Records excerpted from a collection
☆ ☆ ☆ ☆ ☆

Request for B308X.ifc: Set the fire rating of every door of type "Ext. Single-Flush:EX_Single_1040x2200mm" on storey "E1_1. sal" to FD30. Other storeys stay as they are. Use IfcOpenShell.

First a look at what the model holds.

```python
import ifcopenshell
import ifcopenshell.util.element

model = ifcopenshell.open("B308X.ifc")
print(model.schema)
storey = next(s for s in model.by_type("IfcBuildingStorey") if s.Name == "E1_1. sal")
doors = [e for e in ifcopenshell.util.element.get_decomposition(storey) if e.is_a("IfcDoor")]
seen = {}
for e in doors:
    element_type = ifcopenshell.util.element.get_type(e)
    key = (element_type.Name if element_type != e and element_type else None, ifcopenshell.util.element.get_pset(e, "Pset_DoorCommon", "FireRating"))
    seen[key] = seen.get(key, 0) + 1
for (name, value), count in sorted(seen.items(), key=str):
    print(count, "x", name, "|", value)
```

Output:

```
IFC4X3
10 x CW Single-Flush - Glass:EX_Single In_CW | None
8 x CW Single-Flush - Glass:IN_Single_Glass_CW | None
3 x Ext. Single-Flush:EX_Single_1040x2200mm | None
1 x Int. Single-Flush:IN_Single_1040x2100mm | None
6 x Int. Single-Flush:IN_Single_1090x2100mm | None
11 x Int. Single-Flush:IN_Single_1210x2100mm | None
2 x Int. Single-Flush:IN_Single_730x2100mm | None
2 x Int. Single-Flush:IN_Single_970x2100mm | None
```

```python
import ifcopenshell
import ifcopenshell.api.pset
import ifcopenshell.util.element

model = ifcopenshell.open("B308X.ifc")

storey = next(s for s in model.by_type("IfcBuildingStorey") if s.Name == "E1_1. sal")
doors = [e for e in ifcopenshell.util.element.get_decomposition(storey) if e.is_a("IfcDoor")]

count = 0
for e in doors:
    element_type = ifcopenshell.util.element.get_type(e)
    if element_type in (None, e) or element_type.Name != "Ext. Single-Flush:EX_Single_1040x2200mm":
        continue
    # add_pset returns the element's existing set when there is one.
    pset = ifcopenshell.api.pset.add_pset(model, product=e, name="Pset_DoorCommon")
    ifcopenshell.api.pset.edit_pset(model, pset=pset, properties={"FireRating": "FD30"})
    count += 1

print(count, "doors updated")

model.write("B308X_rev.ifc")
```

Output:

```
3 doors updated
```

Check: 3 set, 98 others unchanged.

☆ ☆ ☆ ☆ ☆

Work request – Top to bottom, the records above must be output exactly.

Exercise output –
Request for B308X.ifc: Set the fire rating of every door of type "Ext. Single-Flush:EX_Single_1040x2200mm" on storey "E1_1. sal" to FD30. Other storeys stay as they are. Use IfcOpenShell.

First a look at what the model holds.

```python
import ifcopenshell
import ifcopenshell.util.element

model = ifcopenshell.open("B308X.ifc")
print(model.schema)
storey = next(s for s in model.by_type("IfcBuildingStorey") if s.Name == "E1_1. sal")
doors = [e for e in ifcopenshell.util.element.get_decomposition(storey) if e.is_a("IfcDoor")]
seen = {}
for e in doors:
    element_type = ifcopenshell.util.element.get_type(e)
    key = (element_type.Name if element_type != e and element_type else None, ifcopenshell.util.element.get_pset(e, "Pset_DoorCommon", "FireRating"))
    seen[key] = seen.get(key, 0) + 1
for (name, value), count in sorted(seen.items(), key=str):
    print(count, "x", name, "|", value)
```

Output:

```
IFC4X3
10 x CW Single-Flush - Glass:EX_Single In_CW | None
8 x CW Single-Flush - Glass:IN_Single_Glass_CW | None
3 x Ext. Single-Flush:EX_Single_1040x2200mm | None
1 x Int. Single-Flush:IN_Single_1040x2100mm | None
6 x Int. Single-Flush:IN_Single_1090x2100mm | None
11 x Int. Single-Flush:IN_Single_1210x2100mm | None
2 x Int. Single-Flush:IN_Single_730x2100mm | None
2 x Int. Single-Flush:IN_Single_970x2100mm | None
```

```python
import ifcopenshell
import ifcopenshell.api.pset
import ifcopenshell.util.element

model = ifcopenshell.open("B308X.ifc")

storey = next(s for s in model.by_type("IfcBuildingStorey") if s.Name == "E1_1. sal")
doors = [e for e in ifcopenshell.util.element.get_decomposition(storey) if e.is_a("IfcDoor")]

count = 0
for e in doors:
    element_type = ifcopenshell.util.element.get_type(e)
    if element_type in (None, e) or element_type.Name != "Ext. Single-Flush:EX_Single_1040x2200mm":
        continue
    # add_pset returns the element's existing set when there is one.
    pset = ifcopenshell.api.pset.add_pset(model, product=e, name="Pset_DoorCommon")
    ifcopenshell.api.pset.edit_pset(model, pset=pset, properties={"FireRating": "FD30"})
    count += 1

print(count, "doors updated")

model.write("B308X_rev.ifc")
```

Output:

```
3 doors updated
```

Check: 3 set, 98 others unchanged.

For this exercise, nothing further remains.